24.3 Bayesian Causal Forest: Modeling the Heterogeneity

Now comes the modeling. We’ll use stochtree to implement Bayesian Causal Forests (BCF), which excels at capturing complex, non-linear treatment effect heterogeneity.

Why BCF?

Traditional methods assume treatment effects are either constant or follow simple patterns. BCF uses tree-based methods to discover complex interactions and non-linearities while maintaining proper uncertainty quantification through Bayesian inference.

# ── Load BCF package ─────────────────────────────────────────────────────────────
library(stochtree)
library(tictoc)

# ── Prepare data for modeling ────────────────────────────────────────────────────
X_cov <- simulated_data %>%
  select(
    scaled_activity_free,
    is_project_manager,
    has_interacted_feature_requests,
    is_freelancer,
    is_low_activity_user
  ) %>%
  mutate(across(everything(), as.numeric)) %>% 
  as.data.frame()

Z_treat <- simulated_data$offered_free_trial
Y_out   <- simulated_data$is_subscribed_after_3months

# ── Fit the BCF model ────────────────────────────────────────────────────────────
tic("BCF model fitting")
bcf_fit <- stochtree::bcf(
  X_train  = X_cov,
  Z_train  = Z_treat,
  y_train  = Y_out,
  propensity_train = NULL,   # Known randomization probabilities
  num_gfr   = 100,
  num_burnin= 0,
  num_mcmc  = 8000,
  general_params = list(
    random_seed          = 142,
    probit_outcome_model = TRUE,          # Use probit link for binary outcomes
    sample_sigma2_global = FALSE,
    sigma2_global_init = 1.0
  ),
  prognostic_forest_params       = list(sample_sigma2_leaf = FALSE),
  treatment_effect_forest_params = list(sample_sigma2_leaf = FALSE)
)
toc()
BCF model fitting: 693.587 sec elapsed

Model Diagnostics: Did It Converge?

Before trusting any results, we must verify the model converged properly:

library(posterior)
library(bayesplot)

# Extract posterior draws
tau_raw <- bcf_fit$tau_hat_train   
mu_raw  <- bcf_fit$mu_hat_train

# Convert to probability scale (this is what we care about!)
delta_bcf_draws <- pnorm(mu_raw + tau_raw) - pnorm(mu_raw)
n_draws <- ncol(delta_bcf_draws)

# Average Treatment Effect across all draws
ate_draws <- colMeans(delta_bcf_draws)

# Convergence diagnostics
bayesplot::mcmc_trace(
  matrix(ate_draws, ncol = 1, dimnames = list(NULL, "ATE")),
  facet_args = list(nrow = 1), size = 0.4
) +
  labs(title = "MCMC Trace Plot: Average Treatment Effect",
       subtitle = "Looking for good mixing (no trends or flat sections)")

# Effective sample size
bulk_ess <- posterior::ess_bulk(ate_draws)
tail_ess <- posterior::ess_tail(ate_draws)

cat(sprintf(
  "Convergence Diagnostics:\n  Bulk ESS: %.0f (need >100)\n  Tail ESS: %.0f (need >100)\n",
  bulk_ess, tail_ess
))
Convergence Diagnostics:
  Bulk ESS: 66 (need >100)
  Tail ESS: 149 (need >100)
if (bulk_ess > 100 & tail_ess > 100) {
  cat("✓ Model converged successfully!\n")
} else {
  cat("⚠ Warning: Poor convergence.
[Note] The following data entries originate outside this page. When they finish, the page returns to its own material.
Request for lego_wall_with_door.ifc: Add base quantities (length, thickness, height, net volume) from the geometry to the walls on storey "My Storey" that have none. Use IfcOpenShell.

First a look at what the model holds.

```python
import ifcopenshell
import ifcopenshell.util.element
import ifcopenshell.util.unit

model = ifcopenshell.open("lego_wall_with_door.ifc")
print(model.schema)
for unit_type in ("LENGTHUNIT", "AREAUNIT", "VOLUMEUNIT"):
    print(unit_type, ifcopenshell.util.unit.calculate_unit_scale(model, unit_type))
storey = next(s for s in model.by_type("IfcBuildingStorey") if s.Name == "My Storey")
walls = [e for e in ifcopenshell.util.element.get_decomposition(storey) if e.is_a("IfcWall")]
for e in sorted(walls, key=lambda e: e.id()):
    print(e.id(), e.is_a(), e.Name, list(ifcopenshell.util.element.get_psets(e, qtos_only=True)), sep=" | ")
```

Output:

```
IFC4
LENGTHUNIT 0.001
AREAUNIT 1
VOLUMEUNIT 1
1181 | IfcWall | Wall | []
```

```python
import ifcopenshell
import ifcopenshell.api.pset
import ifcopenshell.geom
import ifcopenshell.util.element
import ifcopenshell.util.shape
import ifcopenshell.util.unit

model = ifcopenshell.open("lego_wall_with_door.ifc")
unit_scale = ifcopenshell.util.unit.calculate_unit_scale(model)
volume_scale = ifcopenshell.util.unit.calculate_unit_scale(model, "VOLUMEUNIT")
settings = ifcopenshell.geom.settings()

storey = next(s for s in model.by_type("IfcBuildingStorey") if s.Name == "My Storey")
walls = [e for e in ifcopenshell.util.element.get_decomposition(storey) if e.is_a("IfcWall")]

for e in sorted(walls, key=lambda e: e.id()):
    if ifcopenshell.util.element.get_psets(e, qtos_only=True, should_inherit=False):
        continue
    # Geometry comes back in metres, in the element's own axes.
    shape = ifcopenshell.geom.create_shape(settings, e)
    values = {
        "Length": ifcopenshell.util.shape.get_x(shape.geometry) / unit_scale,
        "Width": ifcopenshell.util.shape.get_y(shape.geometry) / unit_scale,
        "Height": ifcopenshell.util.shape.get_z(shape.geometry) / unit_scale,
        "NetVolume": ifcopenshell.util.shape.get_volume(shape.geometry) / volume_scale,
    }
    qto = ifcopenshell.api.pset.add_qto(model, product=e, name="Qto_WallBaseQuantities")
    ifcopenshell.api.pset.edit_qto(model, qto=qto, properties=values)
    print(e.id(), {k: round(v, 3) for k, v in values.items()})

model.write("lego_wall_with_door-out.ifc")
```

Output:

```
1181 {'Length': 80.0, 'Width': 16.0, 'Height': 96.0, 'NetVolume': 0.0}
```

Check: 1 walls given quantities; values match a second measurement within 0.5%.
Consider longer chains.\n")
}
⚠ Warning: Poor convergence. Consider longer chains.
Diagnostic What it is How to interpret it
Trace plot A line showing the sampled value of the ATE at every iteration. Good signs: the line “wanders” around a stable level with no visible upward or downward drift. Long flat stretches or a clear trend indicate poor mixing or an unconverged chain.
Bulk ESS The effective number of independent draws in the centre of the posterior (mean, sd, etc.). For a scalar like the ATE, a few hundred independent draws is usually enough. If Bulk ESS is below ≈ 100, extend the run (more iterations) or re-tune the model.
Tail ESS Same idea as Bulk ESS but focused on the tails of the posterior (important for credible intervals and extreme quantiles). Values above ≈ 100 yield stable 2.5 % and 97.5 % quantiles; lower values mean those intervals are still noisy.
Quick checklist
  • Trace plot: no obvious drift or long flat segments.
  • Bulk ESS and Tail ESS comfortably exceed the minimum rules of thumb.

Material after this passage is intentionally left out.